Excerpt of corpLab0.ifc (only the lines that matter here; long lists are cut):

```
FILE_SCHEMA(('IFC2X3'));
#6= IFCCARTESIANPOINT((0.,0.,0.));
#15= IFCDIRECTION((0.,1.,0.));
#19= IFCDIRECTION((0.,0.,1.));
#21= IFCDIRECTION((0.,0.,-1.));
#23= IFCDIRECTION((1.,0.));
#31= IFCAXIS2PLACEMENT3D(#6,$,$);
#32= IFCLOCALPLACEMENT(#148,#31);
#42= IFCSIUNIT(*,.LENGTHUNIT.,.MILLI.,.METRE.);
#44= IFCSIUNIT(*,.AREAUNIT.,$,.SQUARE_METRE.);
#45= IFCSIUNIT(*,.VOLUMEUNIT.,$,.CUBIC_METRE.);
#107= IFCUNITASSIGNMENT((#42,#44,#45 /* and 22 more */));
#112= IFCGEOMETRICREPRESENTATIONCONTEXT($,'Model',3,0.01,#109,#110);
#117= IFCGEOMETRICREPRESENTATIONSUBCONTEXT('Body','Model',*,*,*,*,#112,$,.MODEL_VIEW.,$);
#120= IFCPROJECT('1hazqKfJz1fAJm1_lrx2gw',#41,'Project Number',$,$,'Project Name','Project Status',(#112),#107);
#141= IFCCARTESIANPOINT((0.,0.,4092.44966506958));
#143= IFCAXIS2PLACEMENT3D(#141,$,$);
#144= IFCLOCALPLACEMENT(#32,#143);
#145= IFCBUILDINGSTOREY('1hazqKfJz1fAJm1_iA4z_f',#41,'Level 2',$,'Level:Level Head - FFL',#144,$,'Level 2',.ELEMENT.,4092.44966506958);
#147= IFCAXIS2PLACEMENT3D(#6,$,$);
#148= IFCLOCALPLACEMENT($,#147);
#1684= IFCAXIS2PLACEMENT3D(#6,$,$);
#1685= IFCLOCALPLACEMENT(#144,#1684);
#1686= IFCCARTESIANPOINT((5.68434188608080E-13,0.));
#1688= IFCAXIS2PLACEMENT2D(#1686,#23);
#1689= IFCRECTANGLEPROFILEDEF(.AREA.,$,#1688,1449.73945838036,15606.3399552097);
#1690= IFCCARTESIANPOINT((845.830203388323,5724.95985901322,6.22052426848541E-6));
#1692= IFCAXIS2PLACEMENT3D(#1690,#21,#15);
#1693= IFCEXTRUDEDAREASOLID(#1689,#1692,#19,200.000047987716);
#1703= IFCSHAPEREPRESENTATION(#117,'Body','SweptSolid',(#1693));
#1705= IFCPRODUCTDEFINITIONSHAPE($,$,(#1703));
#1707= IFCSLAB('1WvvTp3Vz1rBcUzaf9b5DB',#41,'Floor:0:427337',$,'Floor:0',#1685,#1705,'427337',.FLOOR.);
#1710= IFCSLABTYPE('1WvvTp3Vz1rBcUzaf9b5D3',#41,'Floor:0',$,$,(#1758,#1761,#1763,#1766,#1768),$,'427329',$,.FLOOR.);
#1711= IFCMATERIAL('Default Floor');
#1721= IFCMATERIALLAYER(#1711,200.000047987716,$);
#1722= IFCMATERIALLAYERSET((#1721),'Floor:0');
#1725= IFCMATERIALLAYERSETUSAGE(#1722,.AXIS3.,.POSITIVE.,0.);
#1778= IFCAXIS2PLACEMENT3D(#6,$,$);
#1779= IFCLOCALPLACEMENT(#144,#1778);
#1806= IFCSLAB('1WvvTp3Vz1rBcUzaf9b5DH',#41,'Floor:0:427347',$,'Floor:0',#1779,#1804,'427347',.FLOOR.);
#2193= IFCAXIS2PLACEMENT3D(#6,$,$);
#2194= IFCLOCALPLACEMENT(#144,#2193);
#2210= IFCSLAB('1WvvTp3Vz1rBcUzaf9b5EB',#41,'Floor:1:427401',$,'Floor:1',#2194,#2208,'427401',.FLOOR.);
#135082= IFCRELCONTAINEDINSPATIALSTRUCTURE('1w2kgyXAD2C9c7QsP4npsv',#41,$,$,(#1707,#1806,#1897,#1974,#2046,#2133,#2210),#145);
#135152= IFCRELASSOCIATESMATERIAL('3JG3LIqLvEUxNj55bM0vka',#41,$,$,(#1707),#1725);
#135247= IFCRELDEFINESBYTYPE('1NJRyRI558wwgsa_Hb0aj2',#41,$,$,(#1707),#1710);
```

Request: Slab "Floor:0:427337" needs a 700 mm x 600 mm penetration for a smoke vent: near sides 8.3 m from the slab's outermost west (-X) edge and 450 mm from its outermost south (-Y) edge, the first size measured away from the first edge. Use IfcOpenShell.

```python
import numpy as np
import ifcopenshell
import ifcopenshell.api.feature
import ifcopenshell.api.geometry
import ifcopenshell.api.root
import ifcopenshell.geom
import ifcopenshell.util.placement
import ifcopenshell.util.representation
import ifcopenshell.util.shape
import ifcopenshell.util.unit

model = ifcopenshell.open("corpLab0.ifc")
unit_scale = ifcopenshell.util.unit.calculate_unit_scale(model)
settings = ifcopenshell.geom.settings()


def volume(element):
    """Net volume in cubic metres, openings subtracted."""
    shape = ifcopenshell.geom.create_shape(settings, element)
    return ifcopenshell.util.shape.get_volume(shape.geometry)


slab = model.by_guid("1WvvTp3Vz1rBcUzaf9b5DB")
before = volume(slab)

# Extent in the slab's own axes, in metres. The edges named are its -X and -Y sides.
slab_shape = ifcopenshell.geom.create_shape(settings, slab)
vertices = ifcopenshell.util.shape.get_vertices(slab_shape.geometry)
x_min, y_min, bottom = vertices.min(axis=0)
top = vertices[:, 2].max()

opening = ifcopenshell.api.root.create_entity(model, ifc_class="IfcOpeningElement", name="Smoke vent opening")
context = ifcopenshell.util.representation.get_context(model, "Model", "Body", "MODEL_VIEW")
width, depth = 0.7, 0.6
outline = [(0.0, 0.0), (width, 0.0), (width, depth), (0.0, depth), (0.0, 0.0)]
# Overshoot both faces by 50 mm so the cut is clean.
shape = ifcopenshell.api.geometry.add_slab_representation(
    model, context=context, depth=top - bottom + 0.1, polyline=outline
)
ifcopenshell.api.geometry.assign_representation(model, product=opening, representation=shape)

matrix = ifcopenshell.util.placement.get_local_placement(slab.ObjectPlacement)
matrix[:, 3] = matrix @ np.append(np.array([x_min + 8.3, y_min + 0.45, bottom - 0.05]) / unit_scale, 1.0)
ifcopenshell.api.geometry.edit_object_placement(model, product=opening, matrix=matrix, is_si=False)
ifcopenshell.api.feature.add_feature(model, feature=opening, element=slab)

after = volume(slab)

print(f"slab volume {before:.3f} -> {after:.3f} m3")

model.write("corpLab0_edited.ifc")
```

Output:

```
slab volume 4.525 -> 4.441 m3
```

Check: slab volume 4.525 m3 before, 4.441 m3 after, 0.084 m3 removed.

> _Requirement_
Transcription of the listing must be exact and complete.

> _Answer to this problem_
Excerpt of corpLab0.ifc (only the lines that matter here; long lists are cut):

```
FILE_SCHEMA(('IFC2X3'));
#6= IFCCARTESIANPOINT((0.,0.,0.));
#15= IFCDIRECTION((0.,1.,0.));
#19= IFCDIRECTION((0.,0.,1.));
#21= IFCDIRECTION((0.,0.,-1.));
#23= IFCDIRECTION((1.,0.));
#31= IFCAXIS2PLACEMENT3D(#6,$,$);
#32= IFCLOCALPLACEMENT(#148,#31);
#42= IFCSIUNIT(*,.LENGTHUNIT.,.MILLI.,.METRE.);
#44= IFCSIUNIT(*,.AREAUNIT.,$,.SQUARE_METRE.);
#45= IFCSIUNIT(*,.VOLUMEUNIT.,$,.CUBIC_METRE.);
#107= IFCUNITASSIGNMENT((#42,#44,#45 /* and 22 more */));
#112= IFCGEOMETRICREPRESENTATIONCONTEXT($,'Model',3,0.01,#109,#110);
#117= IFCGEOMETRICREPRESENTATIONSUBCONTEXT('Body','Model',*,*,*,*,#112,$,.MODEL_VIEW.,$);
#120= IFCPROJECT('1hazqKfJz1fAJm1_lrx2gw',#41,'Project Number',$,$,'Project Name','Project Status',(#112),#107);
#141= IFCCARTESIANPOINT((0.,0.,4092.44966506958));
#143= IFCAXIS2PLACEMENT3D(#141,$,$);
#144= IFCLOCALPLACEMENT(#32,#143);
#145= IFCBUILDINGSTOREY('1hazqKfJz1fAJm1_iA4z_f',#41,'Level 2',$,'Level:Level Head - FFL',#144,$,'Level 2',.ELEMENT.,4092.44966506958);
#147= IFCAXIS2PLACEMENT3D(#6,$,$);
#148= IFCLOCALPLACEMENT($,#147);
#1684= IFCAXIS2PLACEMENT3D(#6,$,$);
#1685= IFCLOCALPLACEMENT(#144,#1684);
#1686= IFCCARTESIANPOINT((5.68434188608080E-13,0.));
#1688= IFCAXIS2PLACEMENT2D(#1686,#23);
#1689= IFCRECTANGLEPROFILEDEF(.AREA.,$,#1688,1449.73945838036,15606.3399552097);
#1690= IFCCARTESIANPOINT((845.830203388323,5724.95985901322,6.22052426848541E-6));
#1692= IFCAXIS2PLACEMENT3D(#1690,#21,#15);
#1693= IFCEXTRUDEDAREASOLID(#1689,#1692,#19,200.000047987716);
#1703= IFCSHAPEREPRESENTATION(#117,'Body','SweptSolid',(#1693));
#1705= IFCPRODUCTDEFINITIONSHAPE($,$,(#1703));
#1707= IFCSLAB('1WvvTp3Vz1rBcUzaf9b5DB',#41,'Floor:0:427337',$,'Floor:0',#1685,#1705,'427337',.FLOOR.);
#1710= IFCSLABTYPE('1WvvTp3Vz1rBcUzaf9b5D3',#41,'Floor:0',$,$,(#1758,#1761,#1763,#1766,#1768),$,'427329',$,.FLOOR.);
#1711= IFCMATERIAL('Default Floor');
#1721= IFCMATERIALLAYER(#1711,200.000047987716,$);
#1722= IFCMATERIALLAYERSET((#1721),'Floor:0');
#1725= IFCMATERIALLAYERSETUSAGE(#1722,.AXIS3.,.POSITIVE.,0.);
#1778= IFCAXIS2PLACEMENT3D(#6,$,$);
#1779= IFCLOCALPLACEMENT(#144,#1778);
#1806= IFCSLAB('1WvvTp3Vz1rBcUzaf9b5DH',#41,'Floor:0:427347',$,'Floor:0',#1779,#1804,'427347',.FLOOR.);
#2193= IFCAXIS2PLACEMENT3D(#6,$,$);
#2194= IFCLOCALPLACEMENT(#144,#2193);
#2210= IFCSLAB('1WvvTp3Vz1rBcUzaf9b5EB',#41,'Floor:1:427401',$,'Floor:1',#2194,#2208,'427401',.FLOOR.);
#135082= IFCRELCONTAINEDINSPATIALSTRUCTURE('1w2kgyXAD2C9c7QsP4npsv',#41,$,$,(#1707,#1806,#1897,#1974,#2046,#2133,#2210),#145);
#135152= IFCRELASSOCIATESMATERIAL('3JG3LIqLvEUxNj55bM0vka',#41,$,$,(#1707),#1725);
#135247= IFCRELDEFINESBYTYPE('1NJRyRI558wwgsa_Hb0aj2',#41,$,$,(#1707),#1710);
```

Request: Slab "Floor:0:427337" needs a 700 mm x 600 mm penetration for a smoke vent: near sides 8.3 m from the slab's outermost west (-X) edge and 450 mm from its outermost south (-Y) edge, the first size measured away from the first edge. Use IfcOpenShell.

```python
import numpy as np
import ifcopenshell
import ifcopenshell.api.feature
import ifcopenshell.api.geometry
import ifcopenshell.api.root
import ifcopenshell.geom
import ifcopenshell.util.placement
import ifcopenshell.util.representation
import ifcopenshell.util.shape
import ifcopenshell.util.unit

model = ifcopenshell.open("corpLab0.ifc")
unit_scale = ifcopenshell.util.unit.calculate_unit_scale(model)
settings = ifcopenshell.geom.settings()


def volume(element):
    """Net volume in cubic metres, openings subtracted."""
    shape = ifcopenshell.geom.create_shape(settings, element)
    return ifcopenshell.util.shape.get_volume(shape.geometry)


slab = model.by_guid("1WvvTp3Vz1rBcUzaf9b5DB")
before = volume(slab)

# Extent in the slab's own axes, in metres. The edges named are its -X and -Y sides.
slab_shape = ifcopenshell.geom.create_shape(settings, slab)
vertices = ifcopenshell.util.shape.get_vertices(slab_shape.geometry)
x_min, y_min, bottom = vertices.min(axis=0)
top = vertices[:, 2].max()

opening = ifcopenshell.api.root.create_entity(model, ifc_class="IfcOpeningElement", name="Smoke vent opening")
context = ifcopenshell.util.representation.get_context(model, "Model", "Body", "MODEL_VIEW")
width, depth = 0.7, 0.6
outline = [(0.0, 0.0), (width, 0.0), (width, depth), (0.0, depth), (0.0, 0.0)]
# Overshoot both faces by 50 mm so the cut is clean.
shape = ifcopenshell.api.geometry.add_slab_representation(
    model, context=context, depth=top - bottom + 0.1, polyline=outline
)
ifcopenshell.api.geometry.assign_representation(model, product=opening, representation=shape)

matrix = ifcopenshell.util.placement.get_local_placement(slab.ObjectPlacement)
matrix[:, 3] = matrix @ np.append(np.array([x_min + 8.3, y_min + 0.45, bottom - 0.05]) / unit_scale, 1.0)
ifcopenshell.api.geometry.edit_object_placement(model, product=opening, matrix=matrix, is_si=False)
ifcopenshell.api.feature.add_feature(model, feature=opening, element=slab)

after = volume(slab)

print(f"slab volume {before:.3f} -> {after:.3f} m3")

model.write("corpLab0_edited.ifc")
```

Output:

```
slab volume 4.525 -> 4.441 m3
```

Check: slab volume 4.525 m3 before, 4.441 m3 after, 0.084 m3 removed.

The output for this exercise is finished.